Line by line, please look for the word "IFCRELFILLSELEMENT" in the following records, then copy each line you find it in.

(Dataset excerpts begins)

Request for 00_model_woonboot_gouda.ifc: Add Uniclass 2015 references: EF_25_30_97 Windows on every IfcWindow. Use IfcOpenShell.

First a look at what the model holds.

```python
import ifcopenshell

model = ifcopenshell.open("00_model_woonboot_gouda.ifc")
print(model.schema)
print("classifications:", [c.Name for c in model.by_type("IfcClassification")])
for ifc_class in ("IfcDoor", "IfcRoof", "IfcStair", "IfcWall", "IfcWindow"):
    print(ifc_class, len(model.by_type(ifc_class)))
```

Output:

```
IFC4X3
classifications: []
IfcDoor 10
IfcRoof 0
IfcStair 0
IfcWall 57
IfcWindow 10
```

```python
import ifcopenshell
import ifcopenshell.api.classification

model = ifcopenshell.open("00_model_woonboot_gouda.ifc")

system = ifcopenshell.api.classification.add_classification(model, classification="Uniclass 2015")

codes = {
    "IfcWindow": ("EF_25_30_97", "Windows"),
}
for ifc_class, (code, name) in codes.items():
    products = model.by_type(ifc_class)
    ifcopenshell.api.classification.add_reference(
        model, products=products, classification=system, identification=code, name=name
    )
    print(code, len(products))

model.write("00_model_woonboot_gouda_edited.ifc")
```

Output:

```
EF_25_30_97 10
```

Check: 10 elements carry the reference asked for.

(Dataset excerpts ends)
(Dataset excerpts begins)

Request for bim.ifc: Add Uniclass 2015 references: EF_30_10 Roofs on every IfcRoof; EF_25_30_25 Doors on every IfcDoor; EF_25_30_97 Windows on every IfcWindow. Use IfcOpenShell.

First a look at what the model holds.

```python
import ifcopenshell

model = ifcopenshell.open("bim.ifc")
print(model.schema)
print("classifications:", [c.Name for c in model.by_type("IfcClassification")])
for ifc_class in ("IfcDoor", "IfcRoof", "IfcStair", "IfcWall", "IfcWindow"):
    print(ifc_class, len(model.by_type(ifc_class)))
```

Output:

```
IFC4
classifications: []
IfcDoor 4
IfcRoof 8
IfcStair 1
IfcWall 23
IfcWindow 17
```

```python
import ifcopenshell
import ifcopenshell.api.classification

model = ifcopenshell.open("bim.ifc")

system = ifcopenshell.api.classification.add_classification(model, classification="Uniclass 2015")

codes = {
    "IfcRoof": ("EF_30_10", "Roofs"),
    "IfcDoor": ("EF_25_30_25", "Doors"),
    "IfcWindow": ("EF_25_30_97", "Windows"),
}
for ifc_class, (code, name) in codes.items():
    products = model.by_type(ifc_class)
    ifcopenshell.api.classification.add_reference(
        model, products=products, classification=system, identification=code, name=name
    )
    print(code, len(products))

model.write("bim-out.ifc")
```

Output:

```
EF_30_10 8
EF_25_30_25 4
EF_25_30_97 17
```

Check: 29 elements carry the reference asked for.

(Dataset excerpts ends)
(Dataset excerpts begins)

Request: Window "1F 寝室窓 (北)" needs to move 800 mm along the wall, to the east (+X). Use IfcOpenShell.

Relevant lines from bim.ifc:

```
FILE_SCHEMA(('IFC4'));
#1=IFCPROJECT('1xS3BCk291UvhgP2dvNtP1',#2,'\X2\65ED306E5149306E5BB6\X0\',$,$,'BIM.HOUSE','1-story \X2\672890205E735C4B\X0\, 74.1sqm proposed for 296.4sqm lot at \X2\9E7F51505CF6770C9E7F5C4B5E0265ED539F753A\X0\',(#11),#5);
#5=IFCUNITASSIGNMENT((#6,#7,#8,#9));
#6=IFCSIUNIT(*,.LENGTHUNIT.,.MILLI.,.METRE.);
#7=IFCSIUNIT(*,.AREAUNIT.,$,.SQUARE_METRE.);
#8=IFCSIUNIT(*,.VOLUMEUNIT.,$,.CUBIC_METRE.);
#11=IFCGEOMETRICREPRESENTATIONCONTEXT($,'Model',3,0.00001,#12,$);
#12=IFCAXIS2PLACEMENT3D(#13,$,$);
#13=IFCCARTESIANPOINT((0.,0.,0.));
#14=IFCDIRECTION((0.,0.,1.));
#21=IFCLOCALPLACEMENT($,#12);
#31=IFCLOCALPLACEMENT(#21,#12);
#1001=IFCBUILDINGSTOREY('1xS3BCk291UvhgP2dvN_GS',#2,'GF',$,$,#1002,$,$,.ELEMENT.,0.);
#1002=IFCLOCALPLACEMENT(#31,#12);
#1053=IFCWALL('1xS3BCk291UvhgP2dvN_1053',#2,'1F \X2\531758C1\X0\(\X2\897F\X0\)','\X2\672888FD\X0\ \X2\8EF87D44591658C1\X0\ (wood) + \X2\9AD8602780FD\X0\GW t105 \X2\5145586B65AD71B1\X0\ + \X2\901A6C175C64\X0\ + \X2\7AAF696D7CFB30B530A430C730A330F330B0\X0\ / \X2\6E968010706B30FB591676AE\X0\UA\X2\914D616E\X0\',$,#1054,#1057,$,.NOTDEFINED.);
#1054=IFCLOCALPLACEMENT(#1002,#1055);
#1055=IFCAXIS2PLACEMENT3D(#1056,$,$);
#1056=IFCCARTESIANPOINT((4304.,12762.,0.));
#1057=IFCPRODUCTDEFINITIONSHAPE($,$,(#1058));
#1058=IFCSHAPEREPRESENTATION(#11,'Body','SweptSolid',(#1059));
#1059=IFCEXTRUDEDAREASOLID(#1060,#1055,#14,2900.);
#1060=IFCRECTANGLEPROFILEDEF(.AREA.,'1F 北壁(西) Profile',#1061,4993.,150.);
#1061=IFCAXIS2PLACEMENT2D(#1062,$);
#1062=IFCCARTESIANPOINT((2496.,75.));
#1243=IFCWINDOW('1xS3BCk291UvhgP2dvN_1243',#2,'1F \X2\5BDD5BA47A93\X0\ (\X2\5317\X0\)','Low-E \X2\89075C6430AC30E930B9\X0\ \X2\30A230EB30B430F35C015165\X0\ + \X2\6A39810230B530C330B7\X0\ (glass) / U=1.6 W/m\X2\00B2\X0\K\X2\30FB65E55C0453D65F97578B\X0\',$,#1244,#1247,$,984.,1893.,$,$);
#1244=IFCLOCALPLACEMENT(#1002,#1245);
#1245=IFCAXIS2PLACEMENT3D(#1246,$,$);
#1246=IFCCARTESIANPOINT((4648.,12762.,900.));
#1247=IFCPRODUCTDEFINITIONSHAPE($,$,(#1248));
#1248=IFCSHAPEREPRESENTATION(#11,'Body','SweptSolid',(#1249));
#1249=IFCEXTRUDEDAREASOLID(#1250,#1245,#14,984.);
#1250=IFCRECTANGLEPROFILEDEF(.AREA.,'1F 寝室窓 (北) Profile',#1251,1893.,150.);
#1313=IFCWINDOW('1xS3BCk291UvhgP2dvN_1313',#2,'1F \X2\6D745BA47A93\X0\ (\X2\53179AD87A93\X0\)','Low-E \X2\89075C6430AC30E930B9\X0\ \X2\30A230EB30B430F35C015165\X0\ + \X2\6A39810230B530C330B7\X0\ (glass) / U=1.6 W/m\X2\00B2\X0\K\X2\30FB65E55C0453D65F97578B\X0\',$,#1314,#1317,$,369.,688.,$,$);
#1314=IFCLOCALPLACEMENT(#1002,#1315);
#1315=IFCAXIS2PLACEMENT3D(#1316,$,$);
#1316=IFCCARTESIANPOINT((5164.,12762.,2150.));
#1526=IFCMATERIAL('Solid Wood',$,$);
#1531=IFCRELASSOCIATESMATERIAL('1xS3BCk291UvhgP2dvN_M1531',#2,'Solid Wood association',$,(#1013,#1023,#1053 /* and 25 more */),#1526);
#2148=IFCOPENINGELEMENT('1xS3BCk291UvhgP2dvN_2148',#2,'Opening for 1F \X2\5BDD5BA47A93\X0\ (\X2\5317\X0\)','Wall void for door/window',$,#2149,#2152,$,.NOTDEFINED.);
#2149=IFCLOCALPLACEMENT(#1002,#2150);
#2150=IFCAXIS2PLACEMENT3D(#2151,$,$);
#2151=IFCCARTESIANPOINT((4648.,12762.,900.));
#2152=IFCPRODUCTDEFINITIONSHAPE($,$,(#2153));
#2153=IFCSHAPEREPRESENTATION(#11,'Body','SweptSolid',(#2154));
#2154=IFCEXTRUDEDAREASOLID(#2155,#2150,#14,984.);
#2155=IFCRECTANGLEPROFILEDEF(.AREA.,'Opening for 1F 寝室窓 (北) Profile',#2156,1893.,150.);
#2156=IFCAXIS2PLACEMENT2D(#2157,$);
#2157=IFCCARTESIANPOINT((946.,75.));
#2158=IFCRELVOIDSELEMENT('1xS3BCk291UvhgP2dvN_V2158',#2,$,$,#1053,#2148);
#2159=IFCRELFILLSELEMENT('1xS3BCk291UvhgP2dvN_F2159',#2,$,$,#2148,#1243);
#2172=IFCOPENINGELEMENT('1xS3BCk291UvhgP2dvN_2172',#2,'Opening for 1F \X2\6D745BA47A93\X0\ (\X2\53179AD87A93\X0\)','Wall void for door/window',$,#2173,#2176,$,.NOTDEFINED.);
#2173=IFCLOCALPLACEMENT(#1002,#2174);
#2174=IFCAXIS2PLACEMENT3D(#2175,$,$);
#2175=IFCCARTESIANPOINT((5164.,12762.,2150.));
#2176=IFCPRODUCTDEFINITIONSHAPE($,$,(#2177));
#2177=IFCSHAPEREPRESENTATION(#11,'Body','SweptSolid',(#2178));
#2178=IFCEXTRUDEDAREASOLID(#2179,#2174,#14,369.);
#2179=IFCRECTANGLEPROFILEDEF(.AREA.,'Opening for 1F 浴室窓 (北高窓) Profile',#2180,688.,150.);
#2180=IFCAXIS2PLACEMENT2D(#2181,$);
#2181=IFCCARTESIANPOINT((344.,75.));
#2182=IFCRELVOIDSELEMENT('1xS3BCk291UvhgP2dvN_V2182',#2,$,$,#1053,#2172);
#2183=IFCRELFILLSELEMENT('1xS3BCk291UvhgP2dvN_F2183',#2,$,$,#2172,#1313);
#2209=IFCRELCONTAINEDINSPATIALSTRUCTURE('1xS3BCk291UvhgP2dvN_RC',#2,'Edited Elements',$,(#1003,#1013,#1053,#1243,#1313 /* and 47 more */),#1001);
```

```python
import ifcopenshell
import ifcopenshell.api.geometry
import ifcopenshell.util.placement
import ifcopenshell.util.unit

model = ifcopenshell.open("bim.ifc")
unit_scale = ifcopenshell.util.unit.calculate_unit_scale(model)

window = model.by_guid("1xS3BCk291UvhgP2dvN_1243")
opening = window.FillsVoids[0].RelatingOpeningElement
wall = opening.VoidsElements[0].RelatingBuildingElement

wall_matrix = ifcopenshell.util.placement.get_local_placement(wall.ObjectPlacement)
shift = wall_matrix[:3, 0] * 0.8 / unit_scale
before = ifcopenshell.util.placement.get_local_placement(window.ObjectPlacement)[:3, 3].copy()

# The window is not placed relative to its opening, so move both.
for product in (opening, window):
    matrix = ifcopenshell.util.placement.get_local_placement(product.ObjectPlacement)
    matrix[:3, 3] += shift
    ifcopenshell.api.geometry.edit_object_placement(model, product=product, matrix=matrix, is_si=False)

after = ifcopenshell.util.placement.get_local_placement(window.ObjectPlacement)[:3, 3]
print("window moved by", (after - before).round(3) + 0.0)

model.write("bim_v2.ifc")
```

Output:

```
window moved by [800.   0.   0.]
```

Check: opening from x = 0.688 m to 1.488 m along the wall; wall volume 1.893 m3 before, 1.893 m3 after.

(Dataset excerpts ends)

▶ **Your response**
#2159=IFCRELFILLSELEMENT('1xS3BCk291UvhgP2dvN_F2159',#2,$,$,#2148,#1243);
#2183=IFCRELFILLSELEMENT('1xS3BCk291UvhgP2dvN_F2183',#2,$,$,#2172,#1313);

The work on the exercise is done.